If you need to represent integers with possibly missing values, use one of the nullable-integer extension dtypes provided by pandas:
- Int8Dtype
- Int16Dtype
- Int32Dtype
- Int64Dtype

In [None]:
# Create an integer Series with a nullable integer dtype
s_int = pd.Series([1, 2, 3, 4, 5], index=list('abcde'), dtype=pd.Int64Dtype())
s_int

In [None]:
# Check the dtype
s_int.dtype

In [None]:
# Reindex to introduce NAs
s2_int = s_int.reindex(['a', 'b', 'c', 'f', 'u'])
s2_int

In [None]:
# Check the dtype after reindexing
s2_int.dtype

### NA Type Promotions

When introducing NAs into an existing Series or DataFrame via reindex() or some other means, boolean and integer types will be promoted to a different dtype in order to store the NAs. The promotions are summarized in this table:

| Typeclass | Promotion dtype for storing NAs |
|-----------|--------------------------------|
| floating  | no change                      |
| object    | no change                      |
| integer   | cast to float64                |
| boolean   | cast to object                 |

In [None]:
# Example of boolean type promotion
bool_series = pd.Series([True, False, True], index=['a', 'b', 'c'])
print(f"Original dtype: {bool_series.dtype}")

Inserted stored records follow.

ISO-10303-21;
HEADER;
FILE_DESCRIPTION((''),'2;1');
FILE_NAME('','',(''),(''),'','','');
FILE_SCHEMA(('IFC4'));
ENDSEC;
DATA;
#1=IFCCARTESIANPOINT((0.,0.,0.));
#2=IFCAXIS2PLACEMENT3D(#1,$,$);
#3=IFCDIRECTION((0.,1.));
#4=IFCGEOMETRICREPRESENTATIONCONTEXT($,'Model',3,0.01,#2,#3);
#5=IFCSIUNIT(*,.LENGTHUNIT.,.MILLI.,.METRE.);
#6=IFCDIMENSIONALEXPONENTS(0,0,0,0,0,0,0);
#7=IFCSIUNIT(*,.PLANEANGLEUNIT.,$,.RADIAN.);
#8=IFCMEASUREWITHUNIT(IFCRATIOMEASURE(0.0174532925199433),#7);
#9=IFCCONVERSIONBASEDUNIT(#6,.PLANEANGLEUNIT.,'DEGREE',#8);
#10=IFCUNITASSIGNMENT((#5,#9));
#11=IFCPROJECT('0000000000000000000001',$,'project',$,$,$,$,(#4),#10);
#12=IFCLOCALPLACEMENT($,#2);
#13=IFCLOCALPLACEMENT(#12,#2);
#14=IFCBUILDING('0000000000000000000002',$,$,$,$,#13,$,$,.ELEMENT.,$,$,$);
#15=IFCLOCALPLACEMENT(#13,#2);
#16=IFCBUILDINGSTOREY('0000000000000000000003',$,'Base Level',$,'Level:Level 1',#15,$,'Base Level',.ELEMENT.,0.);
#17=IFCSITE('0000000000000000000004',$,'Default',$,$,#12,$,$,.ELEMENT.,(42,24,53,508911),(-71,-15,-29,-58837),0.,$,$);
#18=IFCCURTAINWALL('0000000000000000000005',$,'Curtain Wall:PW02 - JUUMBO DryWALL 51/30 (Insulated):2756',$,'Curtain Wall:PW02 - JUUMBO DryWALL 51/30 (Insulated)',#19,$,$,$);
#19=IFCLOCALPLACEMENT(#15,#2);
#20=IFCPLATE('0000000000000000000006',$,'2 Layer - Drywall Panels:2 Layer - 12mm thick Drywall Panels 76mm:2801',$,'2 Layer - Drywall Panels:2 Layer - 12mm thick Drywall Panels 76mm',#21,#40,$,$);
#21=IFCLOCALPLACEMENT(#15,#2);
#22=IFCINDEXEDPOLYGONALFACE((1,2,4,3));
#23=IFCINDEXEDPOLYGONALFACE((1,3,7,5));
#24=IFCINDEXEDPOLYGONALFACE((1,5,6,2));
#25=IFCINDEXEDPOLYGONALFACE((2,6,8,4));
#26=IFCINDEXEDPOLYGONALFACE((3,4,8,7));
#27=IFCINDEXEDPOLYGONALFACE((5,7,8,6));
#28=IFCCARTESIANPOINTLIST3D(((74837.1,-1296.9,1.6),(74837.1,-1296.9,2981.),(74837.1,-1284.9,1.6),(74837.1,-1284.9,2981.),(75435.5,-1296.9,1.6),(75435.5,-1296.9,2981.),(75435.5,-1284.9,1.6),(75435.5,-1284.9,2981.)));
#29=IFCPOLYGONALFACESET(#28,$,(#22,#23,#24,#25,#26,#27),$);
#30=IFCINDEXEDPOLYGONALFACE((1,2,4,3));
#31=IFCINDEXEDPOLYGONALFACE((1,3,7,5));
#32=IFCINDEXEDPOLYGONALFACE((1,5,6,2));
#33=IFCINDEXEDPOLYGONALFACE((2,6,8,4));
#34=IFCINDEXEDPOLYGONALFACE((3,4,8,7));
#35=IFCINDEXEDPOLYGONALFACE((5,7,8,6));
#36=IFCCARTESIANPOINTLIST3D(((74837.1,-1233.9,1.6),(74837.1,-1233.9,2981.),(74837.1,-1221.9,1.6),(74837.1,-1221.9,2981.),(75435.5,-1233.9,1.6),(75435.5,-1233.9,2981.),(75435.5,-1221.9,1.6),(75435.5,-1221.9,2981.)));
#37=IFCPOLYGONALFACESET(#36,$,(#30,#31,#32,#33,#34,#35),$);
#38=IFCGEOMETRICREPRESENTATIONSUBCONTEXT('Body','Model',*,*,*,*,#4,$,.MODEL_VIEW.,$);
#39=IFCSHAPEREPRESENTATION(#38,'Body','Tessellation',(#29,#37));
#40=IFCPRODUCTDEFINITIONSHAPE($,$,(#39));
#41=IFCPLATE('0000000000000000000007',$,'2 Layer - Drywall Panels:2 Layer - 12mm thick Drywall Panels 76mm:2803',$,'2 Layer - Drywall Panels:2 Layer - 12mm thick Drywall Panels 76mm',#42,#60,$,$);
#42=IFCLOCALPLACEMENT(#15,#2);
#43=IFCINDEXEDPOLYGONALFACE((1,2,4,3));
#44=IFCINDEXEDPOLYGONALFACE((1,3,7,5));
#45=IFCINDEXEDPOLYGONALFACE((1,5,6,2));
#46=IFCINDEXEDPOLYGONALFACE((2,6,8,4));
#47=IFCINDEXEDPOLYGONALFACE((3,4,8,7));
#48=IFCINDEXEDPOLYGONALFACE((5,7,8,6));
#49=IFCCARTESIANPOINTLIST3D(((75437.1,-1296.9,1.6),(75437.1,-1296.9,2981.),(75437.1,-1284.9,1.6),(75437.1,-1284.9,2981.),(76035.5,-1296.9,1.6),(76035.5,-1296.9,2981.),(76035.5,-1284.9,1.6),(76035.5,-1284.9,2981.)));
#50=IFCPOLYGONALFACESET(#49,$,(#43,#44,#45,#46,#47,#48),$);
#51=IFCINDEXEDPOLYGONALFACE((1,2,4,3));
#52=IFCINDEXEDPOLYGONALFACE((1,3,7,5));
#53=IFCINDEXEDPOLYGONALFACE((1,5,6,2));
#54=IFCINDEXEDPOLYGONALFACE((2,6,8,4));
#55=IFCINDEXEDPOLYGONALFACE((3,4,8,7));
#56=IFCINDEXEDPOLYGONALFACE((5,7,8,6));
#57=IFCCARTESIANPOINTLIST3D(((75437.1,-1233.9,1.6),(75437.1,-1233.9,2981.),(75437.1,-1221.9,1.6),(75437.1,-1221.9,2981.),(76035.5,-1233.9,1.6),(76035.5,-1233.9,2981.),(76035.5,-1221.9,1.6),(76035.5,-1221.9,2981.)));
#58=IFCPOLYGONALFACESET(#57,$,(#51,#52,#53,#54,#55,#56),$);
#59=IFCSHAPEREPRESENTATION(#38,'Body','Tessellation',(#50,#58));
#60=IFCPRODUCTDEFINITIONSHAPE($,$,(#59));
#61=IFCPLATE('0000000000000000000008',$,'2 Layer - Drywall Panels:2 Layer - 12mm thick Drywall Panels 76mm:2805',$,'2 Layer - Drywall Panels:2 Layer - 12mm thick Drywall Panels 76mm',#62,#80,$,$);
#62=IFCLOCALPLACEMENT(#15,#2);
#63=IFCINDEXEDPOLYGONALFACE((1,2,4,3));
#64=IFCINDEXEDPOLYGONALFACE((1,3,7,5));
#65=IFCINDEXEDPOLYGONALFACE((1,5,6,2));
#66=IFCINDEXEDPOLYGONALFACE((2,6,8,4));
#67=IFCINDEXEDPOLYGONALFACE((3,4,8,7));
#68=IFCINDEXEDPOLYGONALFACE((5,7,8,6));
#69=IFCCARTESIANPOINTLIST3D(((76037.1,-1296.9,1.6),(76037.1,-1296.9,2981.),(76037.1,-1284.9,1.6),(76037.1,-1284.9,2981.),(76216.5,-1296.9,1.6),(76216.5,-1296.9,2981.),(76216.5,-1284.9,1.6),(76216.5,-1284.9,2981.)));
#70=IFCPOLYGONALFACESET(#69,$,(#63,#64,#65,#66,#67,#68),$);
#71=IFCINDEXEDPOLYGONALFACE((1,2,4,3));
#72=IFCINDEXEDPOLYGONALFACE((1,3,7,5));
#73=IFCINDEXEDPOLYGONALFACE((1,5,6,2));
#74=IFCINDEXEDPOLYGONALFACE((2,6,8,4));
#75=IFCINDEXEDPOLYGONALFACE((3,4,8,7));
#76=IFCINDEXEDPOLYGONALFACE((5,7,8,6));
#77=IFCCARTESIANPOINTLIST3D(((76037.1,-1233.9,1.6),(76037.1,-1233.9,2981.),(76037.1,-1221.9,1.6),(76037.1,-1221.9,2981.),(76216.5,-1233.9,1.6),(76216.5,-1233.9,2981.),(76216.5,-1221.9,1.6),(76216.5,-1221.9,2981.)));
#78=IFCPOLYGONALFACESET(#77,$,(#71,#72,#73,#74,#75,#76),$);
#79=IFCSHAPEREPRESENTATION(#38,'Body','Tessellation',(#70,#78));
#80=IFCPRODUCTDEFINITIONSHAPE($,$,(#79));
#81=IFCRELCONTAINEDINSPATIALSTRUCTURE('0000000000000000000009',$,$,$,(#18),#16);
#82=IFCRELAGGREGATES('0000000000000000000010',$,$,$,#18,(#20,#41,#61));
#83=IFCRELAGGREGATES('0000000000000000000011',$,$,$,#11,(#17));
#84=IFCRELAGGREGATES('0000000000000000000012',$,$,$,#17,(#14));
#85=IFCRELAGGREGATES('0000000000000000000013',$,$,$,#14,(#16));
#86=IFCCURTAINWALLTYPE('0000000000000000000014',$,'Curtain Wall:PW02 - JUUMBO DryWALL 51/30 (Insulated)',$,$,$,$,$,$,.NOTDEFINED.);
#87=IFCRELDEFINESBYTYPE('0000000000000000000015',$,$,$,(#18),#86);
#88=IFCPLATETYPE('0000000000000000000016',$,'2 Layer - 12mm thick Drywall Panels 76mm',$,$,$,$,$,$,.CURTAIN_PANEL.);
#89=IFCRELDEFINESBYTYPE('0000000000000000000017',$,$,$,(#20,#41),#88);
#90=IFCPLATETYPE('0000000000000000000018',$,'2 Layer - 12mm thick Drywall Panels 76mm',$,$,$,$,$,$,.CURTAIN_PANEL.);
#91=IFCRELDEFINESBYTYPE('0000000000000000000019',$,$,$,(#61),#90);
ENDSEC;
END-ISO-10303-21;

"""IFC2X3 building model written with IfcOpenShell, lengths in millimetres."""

from ifc_helpers import new_model, entity, si_unit, converted_unit, direction, frame, frame_2d, origin, origin_2d_with_axis, place, context, subcontext, project, spatial, rectangle, extrude, source, transform, mapped, type_object, type_shapes, element, aggregate, save


model = new_model("IFC2X3")

# Units and contexts
model_context = context("Model", 3, precision=0.01, world=origin(), true_north=direction((0.0, 1.0)))
body_context = subcontext(model_context, "Body", "Model", "MODEL_VIEW")
ifc_project = project(units=[si_unit("LENGTHUNIT", "METRE", prefix="MILLI"), converted_unit("PLANEANGLEUNIT", "DEGREE", entity("IfcRatioMeasure", 0.0174532925199433), si_unit("PLANEANGLEUNIT", "RADIAN"), dimensions=[0, 0, 0, 0, 0, 0, 0])], contexts=[model_context])

# Site, building, storey
site_placement = place(None, origin())
site = spatial("IfcSite", under=ifc_project, at=site_placement, Name="Default", CompositionType="ELEMENT", RefLatitude=(42, 24, 53, 508911), RefLongitude=(-71, -15, -29, -58837), RefElevation=0.0)
building_placement = place(site_placement, origin())
building = spatial("IfcBuilding", under=site, at=building_placement, CompositionType="ELEMENT")
storey_placement = place(building_placement, origin())
storey = spatial("IfcBuildingStorey", under=building, at=storey_placement, Name="Base Level", ObjectType="Level:Level 1", LongName="Base Level", CompositionType="ELEMENT", Elevation=0.0)

# Curtain wall, plates
curtain_wall_type = type_object("IfcCurtainWallType", Name="Curtain Wall:PW02 - JUUMBO DryWALL 51/30 (Insulated)", PredefinedType="NOTDEFINED")
curtain_wall_placement = place(building_placement, origin())
curtain_wall = element("IfcCurtainWall", 1, at=curtain_wall_placement, inside=storey, type_object=curtain_wall_type, Name="Curtain Wall:PW02 - JUUMBO DryWALL 51/30 (Insulated):2756", ObjectType="Curtain Wall:PW02 - JUUMBO DryWALL 51/30 (Insulated)")
plate_type_1 = type_object("IfcPlateType", Name="2 Layer - 12mm thick Drywall Panels 76mm", PredefinedType="CURTAIN_PANEL")
shared_shape_1 = source(origin(), body_context, "Body", "SweptSolid", [
    extrude(rectangle(XDim=598.4, YDim=12.0, at=origin_2d_with_axis()), frame((0.0, -31.5, 0.0), z_axis=(0.0, 0.0, 1.0), x_axis=(-1.0, 0.0, 0.0)), (0.0, 0.0, 1.0), 2979.4),
    extrude(rectangle(XDim=12.0, YDim=598.4, at=frame_2d((0.0, 0.0), x_axis=(1.0, 0.0))), frame((0.0, 31.5, 0.0), z_axis=(0.0, 0.0, 1.0), x_axis=(0.0, 1.0, 0.0)), (0.0, 0.0, 1.0), 2979.4),
])
type_shapes(plate_type_1, [shared_shape_1])
plate_1_placement = place(curtain_wall_placement, frame((75136.3, -1259.4, 1.6)))
plate_1 = element("IfcPlate", 2, at=plate_1_placement, type_object=plate_type_1, Name="2 Layer - Drywall Panels:2 Layer - 12mm thick Drywall Panels 76mm:2801", ObjectType="2 Layer - Drywall Panels:2 Layer - 12mm thick Drywall Panels 76mm", context=body_context, shape_type="MappedRepresentation", body=[
    mapped(shared_shape_1, transform((0.0, 0.0, 0.0), scale=1.0)),
])
plate_2_placement = place(curtain_wall_placement, frame((75736.3, -1259.4, 1.6)))
plate_2 = element("IfcPlate", 3, at=plate_2_placement, type_object=plate_type_1, Name="2 Layer - Drywall Panels:2 Layer - 12mm thick Drywall Panels 76mm:2803", ObjectType="2 Layer - Drywall Panels:2 Layer - 12mm thick Drywall Panels 76mm", context=body_context, shape_type="MappedRepresentation", body=[
    mapped(shared_shape_1, transform((0.0, 0.0, 0.0), scale=1.0)),
])
plate_type_2 = type_object("IfcPlateType", Name="2 Layer - 12mm thick Drywall Panels 76mm", PredefinedType="CURTAIN_PANEL")
shared_shape_2 = source(origin(), body_context, "Body", "SweptSolid", [
    extrude(rectangle(XDim=179.4, YDim=12.0, at=origin_2d_with_axis()), frame((0.0, -31.5, 0.0), z_axis=(0.0, 0.0, 1.0), x_axis=(-1.0, 0.0, 0.0)), (0.0, 0.0, 1.0), 2979.4),
    extrude(rectangle(XDim=12.0, YDim=179.4, at=frame_2d((0.0, 0.0), x_axis=(1.0, 0.0))), frame((0.0, 31.5, 0.0), z_axis=(0.0, 0.0, 1.0), x_axis=(0.0, 1.0, 0.0)), (0.0, 0.0, 1.0), 2979.4),
])
type_shapes(plate_type_2, [shared_shape_2])
plate_3_placement = place(curtain_wall_placement, frame((76126.8, -1259.4, 1.6)))
plate_3 = element("IfcPlate", 4, at=plate_3_placement, type_object=plate_type_2, Name="2 Layer - Drywall Panels:2 Layer - 12mm thick Drywall Panels 76mm:2805", ObjectType="2 Layer - Drywall Panels:2 Layer - 12mm thick Drywall Panels 76mm", context=body_context, shape_type="MappedRepresentation", body=[
    mapped(shared_shape_2, transform((0.0, 0.0, 0.0), scale=1.0)),
])
aggregate(curtain_wall, [plate_1, plate_2, plate_3])

save(model, "model.ifc")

# Reindex to introduce NAs
bool_series2 = bool_series.reindex(['a', 'b', 'c', 'd'])
print(f"Reindexed dtype: {bool_series2.dtype}")
bool_series2

## Conclusion

In this notebook, we've explored:

1. Performance considerations with pandas.eval(), including when to use it and technical details about expression evaluation

2. Strategies for scaling to large datasets, such as loading less data and using chunking

3. Handling of NaN, Integer NA values, and NA type promotions in pandas, including:
   - The choice of NA representation
   - Support for integer NA values using nullable integer data types
   - Type promotions that occur when introducing NAs into different data types

These concepts are important for efficient data manipulation and analysis with pandas, especially when working with large datasets or dealing with missing values.